YOUR GOAL
Using the data below, gather each line that includes the word "Check".

◆ ◆ ◆

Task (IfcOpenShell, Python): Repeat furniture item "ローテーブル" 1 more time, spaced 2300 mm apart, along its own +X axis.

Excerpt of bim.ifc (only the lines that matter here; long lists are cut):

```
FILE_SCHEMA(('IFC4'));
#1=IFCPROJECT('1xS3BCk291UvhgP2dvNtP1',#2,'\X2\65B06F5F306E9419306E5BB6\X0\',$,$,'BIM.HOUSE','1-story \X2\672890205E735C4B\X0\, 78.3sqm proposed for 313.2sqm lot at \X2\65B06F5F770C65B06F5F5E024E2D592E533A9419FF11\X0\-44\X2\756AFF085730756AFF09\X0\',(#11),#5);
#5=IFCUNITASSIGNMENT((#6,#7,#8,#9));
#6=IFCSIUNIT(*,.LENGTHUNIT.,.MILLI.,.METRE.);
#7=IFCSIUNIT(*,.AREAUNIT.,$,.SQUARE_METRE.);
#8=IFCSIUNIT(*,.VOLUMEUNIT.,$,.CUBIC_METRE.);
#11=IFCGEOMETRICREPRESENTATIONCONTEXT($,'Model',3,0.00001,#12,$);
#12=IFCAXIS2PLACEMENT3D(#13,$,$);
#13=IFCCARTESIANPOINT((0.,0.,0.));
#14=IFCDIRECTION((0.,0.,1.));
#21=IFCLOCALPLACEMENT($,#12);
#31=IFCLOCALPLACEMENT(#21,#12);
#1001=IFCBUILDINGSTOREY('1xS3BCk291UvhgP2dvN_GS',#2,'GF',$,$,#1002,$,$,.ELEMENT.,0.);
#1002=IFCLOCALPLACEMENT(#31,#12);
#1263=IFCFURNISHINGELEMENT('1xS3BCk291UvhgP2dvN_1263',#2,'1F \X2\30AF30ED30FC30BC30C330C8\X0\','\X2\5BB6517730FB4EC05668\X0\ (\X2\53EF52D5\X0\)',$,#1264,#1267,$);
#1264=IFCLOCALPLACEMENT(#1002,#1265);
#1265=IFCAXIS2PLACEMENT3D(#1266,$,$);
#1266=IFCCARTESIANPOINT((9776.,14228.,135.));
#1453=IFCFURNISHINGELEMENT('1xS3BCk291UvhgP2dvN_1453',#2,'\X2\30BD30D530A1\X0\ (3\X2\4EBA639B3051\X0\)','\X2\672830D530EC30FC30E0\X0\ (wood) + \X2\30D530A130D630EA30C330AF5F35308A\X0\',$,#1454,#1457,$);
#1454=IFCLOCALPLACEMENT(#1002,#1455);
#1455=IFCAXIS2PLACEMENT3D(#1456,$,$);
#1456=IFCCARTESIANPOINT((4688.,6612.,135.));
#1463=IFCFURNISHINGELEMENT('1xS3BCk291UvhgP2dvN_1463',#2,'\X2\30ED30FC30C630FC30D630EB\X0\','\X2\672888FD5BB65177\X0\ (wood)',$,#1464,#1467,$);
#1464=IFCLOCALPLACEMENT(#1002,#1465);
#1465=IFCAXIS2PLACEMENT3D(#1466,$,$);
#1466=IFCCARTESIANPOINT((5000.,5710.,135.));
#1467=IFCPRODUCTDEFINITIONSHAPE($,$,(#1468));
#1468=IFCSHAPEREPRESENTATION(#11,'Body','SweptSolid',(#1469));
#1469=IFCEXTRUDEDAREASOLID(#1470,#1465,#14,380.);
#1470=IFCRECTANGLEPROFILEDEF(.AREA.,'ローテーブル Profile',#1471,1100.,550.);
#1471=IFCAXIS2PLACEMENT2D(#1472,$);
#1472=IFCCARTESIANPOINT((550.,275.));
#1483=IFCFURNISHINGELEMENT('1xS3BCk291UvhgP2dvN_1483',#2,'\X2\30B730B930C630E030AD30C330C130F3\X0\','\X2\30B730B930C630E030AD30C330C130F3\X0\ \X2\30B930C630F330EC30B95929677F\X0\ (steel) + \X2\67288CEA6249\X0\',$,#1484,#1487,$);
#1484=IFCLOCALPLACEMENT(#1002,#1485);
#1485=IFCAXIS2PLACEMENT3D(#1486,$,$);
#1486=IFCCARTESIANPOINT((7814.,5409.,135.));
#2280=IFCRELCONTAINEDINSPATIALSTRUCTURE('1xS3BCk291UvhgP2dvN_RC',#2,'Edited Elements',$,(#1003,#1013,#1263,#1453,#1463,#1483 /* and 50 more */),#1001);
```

```python
import ifcopenshell
import ifcopenshell.api.geometry
import ifcopenshell.api.root
import ifcopenshell.util.element
import ifcopenshell.util.placement

model = ifcopenshell.open("bim.ifc")


def reuse_history(source, copy):
    """copy_class also copies each property set's owner history, people and application; keep the originals."""
    for rel in copy.IsDefinedBy:
        if rel.is_a("IfcRelDefinesByProperties") and (history := rel.RelatingPropertyDefinition.OwnerHistory):
            rel.RelatingPropertyDefinition.OwnerHistory = source.OwnerHistory
            ifcopenshell.util.element.remove_deep2(model, history)


source = model.by_guid("1xS3BCk291UvhgP2dvN_1463")
base = ifcopenshell.util.placement.get_local_placement(source.ObjectPlacement)
step = base[:3, 0] * 2300.0

for i in range(1, 2):
    copy = ifcopenshell.api.root.copy_class(model, product=source)
    copy.Representation = ifcopenshell.util.element.copy_deep(
        model, source.Representation, exclude=["IfcGeometricRepresentationContext", "IfcRepresentationMap"]
    )
    reuse_history(source, copy)
    matrix = base.copy()
    matrix[:3, 3] += i * step
    print("added at", matrix[:3, 3].round(3) + 0.0)
    ifcopenshell.api.geometry.edit_object_placement(model, product=copy, matrix=matrix, is_si=False)

model.write("bim_v2.ifc")
```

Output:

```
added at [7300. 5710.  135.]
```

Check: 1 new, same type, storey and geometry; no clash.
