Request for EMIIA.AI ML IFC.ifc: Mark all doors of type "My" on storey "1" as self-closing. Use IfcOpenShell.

First a look at what the model holds.

```python
import ifcopenshell
import ifcopenshell.util.element

model = ifcopenshell.open("EMIIA.AI ML IFC.ifc")
print(model.schema)
storey = next(s for s in model.by_type("IfcBuildingStorey") if s.Name == "1")
doors = [e for e in ifcopenshell.util.element.get_decomposition(storey) if e.is_a("IfcDoor")]
seen = {}
for e in doors:
    element_type = ifcopenshell.util.element.get_type(e)
    key = (element_type.Name if element_type != e and element_type else None, ifcopenshell.util.element.get_pset(e, "Pset_DoorCommon", "SelfClosing"))
    seen[key] = seen.get(key, 0) + 1
for (name, value), count in sorted(seen.items(), key=str):
    print(count, "x", name, "|", value)
```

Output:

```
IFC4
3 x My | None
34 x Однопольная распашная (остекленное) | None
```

```python
import ifcopenshell
import ifcopenshell.api.pset
import ifcopenshell.util.element

model = ifcopenshell.open("EMIIA.AI ML IFC.ifc")

storey = next(s for s in model.by_type("IfcBuildingStorey") if s.Name == "1")
doors = [e for e in ifcopenshell.util.element.get_decomposition(storey) if e.is_a("IfcDoor")]

count = 0
for e in doors:
    element_type = ifcopenshell.util.element.get_type(e)
    if element_type in (None, e) or element_type.Name != "My":
        continue
    # add_pset returns the element's existing set when there is one.
    pset = ifcopenshell.api.pset.add_pset(model, product=e, name="Pset_DoorCommon")
    ifcopenshell.api.pset.edit_pset(model, pset=pset, properties={"SelfClosing": True})
    count += 1

print(count, "doors updated")

model.write("EMIIA.AI ML IFC_v2.ifc")
```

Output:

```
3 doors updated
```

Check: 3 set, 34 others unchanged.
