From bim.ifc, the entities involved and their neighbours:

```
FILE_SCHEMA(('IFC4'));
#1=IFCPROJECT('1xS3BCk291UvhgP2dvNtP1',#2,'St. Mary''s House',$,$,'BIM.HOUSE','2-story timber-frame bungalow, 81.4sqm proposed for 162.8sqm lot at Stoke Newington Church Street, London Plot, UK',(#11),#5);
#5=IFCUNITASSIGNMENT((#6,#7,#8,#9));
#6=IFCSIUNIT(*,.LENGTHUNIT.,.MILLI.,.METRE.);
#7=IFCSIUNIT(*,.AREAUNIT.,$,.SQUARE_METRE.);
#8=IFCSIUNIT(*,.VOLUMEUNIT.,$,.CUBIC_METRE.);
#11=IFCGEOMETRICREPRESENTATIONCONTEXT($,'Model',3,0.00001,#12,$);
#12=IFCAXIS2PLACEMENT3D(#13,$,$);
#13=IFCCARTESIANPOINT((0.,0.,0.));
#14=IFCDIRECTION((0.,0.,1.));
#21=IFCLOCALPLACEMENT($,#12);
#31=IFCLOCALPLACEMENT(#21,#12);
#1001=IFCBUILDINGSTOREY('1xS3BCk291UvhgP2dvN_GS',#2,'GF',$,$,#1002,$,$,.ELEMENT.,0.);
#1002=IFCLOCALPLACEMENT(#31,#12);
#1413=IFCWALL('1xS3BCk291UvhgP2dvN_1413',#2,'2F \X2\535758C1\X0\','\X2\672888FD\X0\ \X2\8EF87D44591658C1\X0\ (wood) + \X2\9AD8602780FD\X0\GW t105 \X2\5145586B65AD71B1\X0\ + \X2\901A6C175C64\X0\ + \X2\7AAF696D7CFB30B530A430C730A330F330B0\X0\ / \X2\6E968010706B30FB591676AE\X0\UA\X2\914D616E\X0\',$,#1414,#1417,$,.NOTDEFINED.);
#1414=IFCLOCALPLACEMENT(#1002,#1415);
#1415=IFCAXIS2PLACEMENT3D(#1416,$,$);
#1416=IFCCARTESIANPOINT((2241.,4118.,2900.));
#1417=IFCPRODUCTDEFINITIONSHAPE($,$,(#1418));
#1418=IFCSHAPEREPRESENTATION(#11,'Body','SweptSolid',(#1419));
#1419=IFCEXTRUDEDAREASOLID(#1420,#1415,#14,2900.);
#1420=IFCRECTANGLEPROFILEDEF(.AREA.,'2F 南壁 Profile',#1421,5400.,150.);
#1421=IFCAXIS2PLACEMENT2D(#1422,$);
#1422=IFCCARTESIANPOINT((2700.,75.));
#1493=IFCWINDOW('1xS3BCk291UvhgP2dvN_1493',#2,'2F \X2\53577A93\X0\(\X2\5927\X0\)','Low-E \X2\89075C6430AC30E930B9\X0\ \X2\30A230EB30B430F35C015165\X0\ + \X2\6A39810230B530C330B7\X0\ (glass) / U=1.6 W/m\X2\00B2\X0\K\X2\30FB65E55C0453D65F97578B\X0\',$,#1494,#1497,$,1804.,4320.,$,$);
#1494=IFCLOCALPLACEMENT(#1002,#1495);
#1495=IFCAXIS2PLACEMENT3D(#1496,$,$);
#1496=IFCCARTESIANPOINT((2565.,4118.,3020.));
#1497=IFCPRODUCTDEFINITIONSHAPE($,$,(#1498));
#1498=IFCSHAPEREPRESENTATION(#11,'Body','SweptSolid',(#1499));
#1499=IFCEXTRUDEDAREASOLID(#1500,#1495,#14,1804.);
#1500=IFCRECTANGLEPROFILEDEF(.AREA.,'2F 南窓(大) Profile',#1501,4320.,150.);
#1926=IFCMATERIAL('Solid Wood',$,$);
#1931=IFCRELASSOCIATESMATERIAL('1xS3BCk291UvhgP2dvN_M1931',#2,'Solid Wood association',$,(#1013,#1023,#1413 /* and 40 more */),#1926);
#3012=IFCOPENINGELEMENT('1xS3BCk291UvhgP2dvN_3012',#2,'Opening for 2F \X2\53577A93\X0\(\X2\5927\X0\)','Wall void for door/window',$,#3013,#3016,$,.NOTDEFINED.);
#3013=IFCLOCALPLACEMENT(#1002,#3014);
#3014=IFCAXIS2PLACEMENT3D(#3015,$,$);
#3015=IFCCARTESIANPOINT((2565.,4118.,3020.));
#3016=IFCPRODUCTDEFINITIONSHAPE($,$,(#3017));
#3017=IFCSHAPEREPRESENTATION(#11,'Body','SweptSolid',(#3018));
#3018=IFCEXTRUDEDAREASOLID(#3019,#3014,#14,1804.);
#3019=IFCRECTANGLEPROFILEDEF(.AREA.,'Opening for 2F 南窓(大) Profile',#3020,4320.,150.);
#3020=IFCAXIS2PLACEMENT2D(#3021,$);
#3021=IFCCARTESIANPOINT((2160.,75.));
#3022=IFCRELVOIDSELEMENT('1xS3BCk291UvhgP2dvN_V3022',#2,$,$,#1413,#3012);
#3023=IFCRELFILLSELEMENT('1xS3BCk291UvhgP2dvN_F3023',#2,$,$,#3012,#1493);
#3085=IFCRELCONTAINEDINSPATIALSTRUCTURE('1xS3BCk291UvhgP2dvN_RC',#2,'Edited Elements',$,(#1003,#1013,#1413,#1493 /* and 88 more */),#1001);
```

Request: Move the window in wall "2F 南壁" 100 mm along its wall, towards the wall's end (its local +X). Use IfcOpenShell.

```python
import ifcopenshell
import ifcopenshell.api.geometry
import ifcopenshell.util.placement

model = ifcopenshell.open("bim.ifc")

window = model.by_guid("1xS3BCk291UvhgP2dvN_1493")
opening = window.FillsVoids[0].RelatingOpeningElement
wall = opening.VoidsElements[0].RelatingBuildingElement

wall_matrix = ifcopenshell.util.placement.get_local_placement(wall.ObjectPlacement)
shift = wall_matrix[:3, 0] * 100.0
before = ifcopenshell.util.placement.get_local_placement(window.ObjectPlacement)[:3, 3].copy()

# The window is not placed relative to its opening, so move both.
for product in (opening, window):
    matrix = ifcopenshell.util.placement.get_local_placement(product.ObjectPlacement)
    matrix[:3, 3] += shift
    ifcopenshell.api.geometry.edit_object_placement(model, product=product, matrix=matrix, is_si=False)

after = ifcopenshell.util.placement.get_local_placement(window.ObjectPlacement)[:3, 3]
print("window moved by", (after - before).round(3) + 0.0)

model.write("bim_updated.ifc")
```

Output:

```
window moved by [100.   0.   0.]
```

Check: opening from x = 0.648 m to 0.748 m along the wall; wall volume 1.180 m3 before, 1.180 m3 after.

◆ ◆ ◆

OUTPUT BELOW
Check: 1 new, same type, storey and geometry; no clash.
Check: 3 set, 34 others unchanged.
Check: opening from x = 0.648 m to 0.748 m along the wall; wall volume 1.180 m3 before, 1.180 m3 after.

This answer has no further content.